### [Activity]
Lines with "True": how many are there in the listing below? Reply with the number only.

### [Given data]
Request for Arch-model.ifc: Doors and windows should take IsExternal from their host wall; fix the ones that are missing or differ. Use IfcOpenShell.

First a look at what the model holds.

```python
import ifcopenshell
import ifcopenshell.util.element

model = ifcopenshell.open("Arch-model.ifc")
print(model.schema)
seen = {}
for e in model.by_type("IfcDoor") + model.by_type("IfcWindow"):
    if not e.FillsVoids:
        continue
    host = e.FillsVoids[0].RelatingOpeningElement.VoidsElements[0].RelatingBuildingElement
    own = ifcopenshell.util.element.get_pset(e, f"Pset_{e.is_a()[3:].removesuffix('StandardCase')}Common", "IsExternal")
    wall = ifcopenshell.util.element.get_pset(host, "Pset_WallCommon", "IsExternal")
    seen[e.is_a(), own, wall] = seen.get((e.is_a(), own, wall), 0) + 1
for (cls, own, wall), count in sorted(seen.items(), key=str):
    print(count, cls, "IsExternal:", own, "| host wall:", wall)
```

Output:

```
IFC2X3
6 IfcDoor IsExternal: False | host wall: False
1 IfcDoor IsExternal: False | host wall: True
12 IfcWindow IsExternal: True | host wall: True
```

```python
import ifcopenshell
import ifcopenshell.api.pset
import ifcopenshell.util.element

model = ifcopenshell.open("Arch-model.ifc")

count = 0
for ifc_class, pset_name in (("IfcDoor", "Pset_DoorCommon"), ("IfcWindow", "Pset_WindowCommon")):
    for e in model.by_type(ifc_class):
        if not e.FillsVoids:
            continue
        host = e.FillsVoids[0].RelatingOpeningElement.VoidsElements[0].RelatingBuildingElement
        external = ifcopenshell.util.element.get_pset(host, "Pset_WallCommon", "IsExternal")
        if external is None or ifcopenshell.util.element.get_pset(e, pset_name, "IsExternal") == external:
            continue
        pset = ifcopenshell.api.pset.add_pset(model, product=e, name=pset_name)
        ifcopenshell.api.pset.edit_pset(model, pset=pset, properties={"IsExternal": external})
        count += 1

print(count, "updated")

model.write("Arch-model-out.ifc")
```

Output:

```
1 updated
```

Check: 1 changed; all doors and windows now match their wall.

### [Written solution]
2